» **Action item**
Only one stretch of the data below is needed. Output the lines from the one with "#156=IFCRELAGGREGATES('0000000000000000000013',$,$,$,#12,(#14));" up to and including the one with "- SENA Centro", exactly as they stand.

*** Data excerpts ***

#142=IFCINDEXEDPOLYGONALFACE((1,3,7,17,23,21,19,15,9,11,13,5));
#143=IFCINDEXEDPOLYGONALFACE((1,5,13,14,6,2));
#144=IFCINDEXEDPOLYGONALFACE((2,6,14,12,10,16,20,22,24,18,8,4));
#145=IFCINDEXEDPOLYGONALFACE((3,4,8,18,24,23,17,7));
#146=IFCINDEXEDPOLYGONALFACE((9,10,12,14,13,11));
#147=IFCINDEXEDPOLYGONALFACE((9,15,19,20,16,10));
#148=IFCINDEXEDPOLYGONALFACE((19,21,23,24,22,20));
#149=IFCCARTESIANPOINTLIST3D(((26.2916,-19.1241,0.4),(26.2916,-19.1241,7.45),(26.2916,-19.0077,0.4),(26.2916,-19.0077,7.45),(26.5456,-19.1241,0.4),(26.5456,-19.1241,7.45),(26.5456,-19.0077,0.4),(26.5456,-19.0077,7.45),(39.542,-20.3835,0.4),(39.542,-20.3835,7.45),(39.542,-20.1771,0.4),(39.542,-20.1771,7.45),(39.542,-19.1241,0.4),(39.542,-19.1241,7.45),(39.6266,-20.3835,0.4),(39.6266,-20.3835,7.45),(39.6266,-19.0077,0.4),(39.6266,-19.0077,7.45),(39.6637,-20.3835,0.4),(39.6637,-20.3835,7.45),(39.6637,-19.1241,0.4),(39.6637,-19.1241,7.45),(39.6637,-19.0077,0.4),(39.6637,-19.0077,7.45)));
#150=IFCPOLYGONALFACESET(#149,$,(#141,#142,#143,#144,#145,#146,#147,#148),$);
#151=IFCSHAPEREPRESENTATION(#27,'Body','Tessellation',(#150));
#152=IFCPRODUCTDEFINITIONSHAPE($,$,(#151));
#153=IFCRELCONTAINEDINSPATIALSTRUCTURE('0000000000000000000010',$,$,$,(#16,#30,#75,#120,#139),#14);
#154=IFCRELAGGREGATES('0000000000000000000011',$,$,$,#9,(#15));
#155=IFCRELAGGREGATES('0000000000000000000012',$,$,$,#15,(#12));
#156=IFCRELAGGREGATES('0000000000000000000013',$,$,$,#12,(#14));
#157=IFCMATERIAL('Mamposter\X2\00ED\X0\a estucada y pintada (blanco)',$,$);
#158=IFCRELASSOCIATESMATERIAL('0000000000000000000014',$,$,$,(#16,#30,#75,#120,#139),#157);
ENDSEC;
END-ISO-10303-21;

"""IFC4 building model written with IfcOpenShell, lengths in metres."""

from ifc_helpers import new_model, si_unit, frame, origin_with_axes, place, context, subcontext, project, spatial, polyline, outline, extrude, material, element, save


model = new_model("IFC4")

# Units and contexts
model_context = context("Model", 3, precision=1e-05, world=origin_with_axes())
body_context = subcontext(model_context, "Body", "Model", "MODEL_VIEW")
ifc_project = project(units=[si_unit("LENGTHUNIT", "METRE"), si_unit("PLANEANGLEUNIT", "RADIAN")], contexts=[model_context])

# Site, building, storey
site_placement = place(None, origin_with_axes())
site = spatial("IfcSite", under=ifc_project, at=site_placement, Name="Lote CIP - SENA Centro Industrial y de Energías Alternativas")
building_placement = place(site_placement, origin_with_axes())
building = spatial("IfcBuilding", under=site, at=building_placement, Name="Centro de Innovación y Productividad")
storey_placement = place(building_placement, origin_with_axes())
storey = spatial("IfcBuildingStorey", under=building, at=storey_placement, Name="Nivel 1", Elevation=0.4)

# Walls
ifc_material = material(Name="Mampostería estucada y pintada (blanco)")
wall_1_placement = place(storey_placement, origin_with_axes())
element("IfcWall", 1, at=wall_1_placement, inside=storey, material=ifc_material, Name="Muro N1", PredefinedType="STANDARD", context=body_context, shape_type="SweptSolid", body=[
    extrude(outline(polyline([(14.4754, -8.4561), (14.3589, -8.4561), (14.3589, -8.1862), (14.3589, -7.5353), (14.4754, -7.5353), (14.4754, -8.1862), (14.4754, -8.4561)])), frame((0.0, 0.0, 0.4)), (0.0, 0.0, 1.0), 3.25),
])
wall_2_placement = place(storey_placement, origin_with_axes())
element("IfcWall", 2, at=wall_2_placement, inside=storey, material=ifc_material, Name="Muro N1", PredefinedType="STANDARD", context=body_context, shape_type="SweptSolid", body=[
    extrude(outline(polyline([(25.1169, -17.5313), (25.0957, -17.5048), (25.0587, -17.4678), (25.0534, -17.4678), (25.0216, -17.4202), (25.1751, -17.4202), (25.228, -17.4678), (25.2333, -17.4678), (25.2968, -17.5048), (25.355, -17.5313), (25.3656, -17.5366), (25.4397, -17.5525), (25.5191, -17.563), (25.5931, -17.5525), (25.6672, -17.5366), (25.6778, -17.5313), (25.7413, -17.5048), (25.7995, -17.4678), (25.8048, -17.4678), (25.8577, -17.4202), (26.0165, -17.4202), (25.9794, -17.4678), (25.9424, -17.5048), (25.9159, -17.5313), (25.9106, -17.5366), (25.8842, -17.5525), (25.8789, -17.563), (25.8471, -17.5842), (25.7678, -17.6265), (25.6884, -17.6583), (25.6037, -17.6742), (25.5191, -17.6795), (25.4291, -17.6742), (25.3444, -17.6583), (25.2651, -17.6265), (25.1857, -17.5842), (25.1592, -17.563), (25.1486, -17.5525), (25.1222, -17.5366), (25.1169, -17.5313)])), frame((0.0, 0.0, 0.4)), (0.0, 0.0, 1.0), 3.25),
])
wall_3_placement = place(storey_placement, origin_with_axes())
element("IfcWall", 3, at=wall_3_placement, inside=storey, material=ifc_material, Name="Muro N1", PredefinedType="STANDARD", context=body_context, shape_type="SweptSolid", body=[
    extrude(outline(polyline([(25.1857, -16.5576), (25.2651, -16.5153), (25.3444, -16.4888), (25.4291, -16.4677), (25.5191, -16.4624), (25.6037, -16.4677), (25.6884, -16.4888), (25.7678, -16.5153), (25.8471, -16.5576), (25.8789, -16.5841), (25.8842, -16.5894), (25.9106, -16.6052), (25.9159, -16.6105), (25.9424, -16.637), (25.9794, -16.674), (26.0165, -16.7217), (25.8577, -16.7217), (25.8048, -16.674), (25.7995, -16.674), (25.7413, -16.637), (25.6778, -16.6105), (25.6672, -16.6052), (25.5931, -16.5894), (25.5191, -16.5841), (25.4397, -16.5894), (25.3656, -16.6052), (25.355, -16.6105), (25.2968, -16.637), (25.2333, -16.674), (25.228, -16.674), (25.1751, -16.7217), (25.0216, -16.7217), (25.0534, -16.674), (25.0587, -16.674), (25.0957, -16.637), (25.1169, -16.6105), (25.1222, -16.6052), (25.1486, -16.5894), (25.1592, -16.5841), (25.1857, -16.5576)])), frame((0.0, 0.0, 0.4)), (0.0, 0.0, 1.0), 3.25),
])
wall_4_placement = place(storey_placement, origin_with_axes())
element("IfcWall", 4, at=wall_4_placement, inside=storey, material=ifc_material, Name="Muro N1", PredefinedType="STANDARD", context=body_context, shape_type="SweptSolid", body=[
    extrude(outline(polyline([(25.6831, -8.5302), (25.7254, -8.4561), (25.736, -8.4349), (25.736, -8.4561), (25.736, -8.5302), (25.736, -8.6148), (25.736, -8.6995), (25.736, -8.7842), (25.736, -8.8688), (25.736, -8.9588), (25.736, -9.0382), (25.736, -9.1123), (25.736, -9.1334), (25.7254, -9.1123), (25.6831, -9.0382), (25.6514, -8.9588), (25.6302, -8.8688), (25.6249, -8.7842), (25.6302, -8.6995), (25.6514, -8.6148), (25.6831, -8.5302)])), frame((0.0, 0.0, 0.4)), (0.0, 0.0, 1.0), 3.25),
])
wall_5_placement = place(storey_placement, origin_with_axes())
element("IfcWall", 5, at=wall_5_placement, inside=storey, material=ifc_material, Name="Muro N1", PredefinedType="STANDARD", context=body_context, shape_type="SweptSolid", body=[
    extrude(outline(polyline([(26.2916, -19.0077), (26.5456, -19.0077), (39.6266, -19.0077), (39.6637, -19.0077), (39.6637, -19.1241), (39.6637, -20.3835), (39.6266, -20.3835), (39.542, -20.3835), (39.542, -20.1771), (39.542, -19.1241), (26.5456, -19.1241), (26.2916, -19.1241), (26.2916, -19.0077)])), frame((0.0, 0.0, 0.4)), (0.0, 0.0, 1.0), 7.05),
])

*** End of Data excerpts ***

» **Result of the task**
#156=IFCRELAGGREGATES('0000000000000000000013',$,$,$,#12,(#14));
#157=IFCMATERIAL('Mamposter\X2\00ED\X0\a estucada y pintada (blanco)',$,$);
#158=IFCRELASSOCIATESMATERIAL('0000000000000000000014',$,$,$,(#16,#30,#75,#120,#139),#157);
ENDSEC;
END-ISO-10303-21;

"""IFC4 building model written with IfcOpenShell, lengths in metres."""

from ifc_helpers import new_model, si_unit, frame, origin_with_axes, place, context, subcontext, project, spatial, polyline, outline, extrude, material, element, save


model = new_model("IFC4")

# Units and contexts
model_context = context("Model", 3, precision=1e-05, world=origin_with_axes())
body_context = subcontext(model_context, "Body", "Model", "MODEL_VIEW")
ifc_project = project(units=[si_unit("LENGTHUNIT", "METRE"), si_unit("PLANEANGLEUNIT", "RADIAN")], contexts=[model_context])

# Site, building, storey
site_placement = place(None, origin_with_axes())
site = spatial("IfcSite", under=ifc_project, at=site_placement, Name="Lote CIP - SENA Centro Industrial y de Energías Alternativas")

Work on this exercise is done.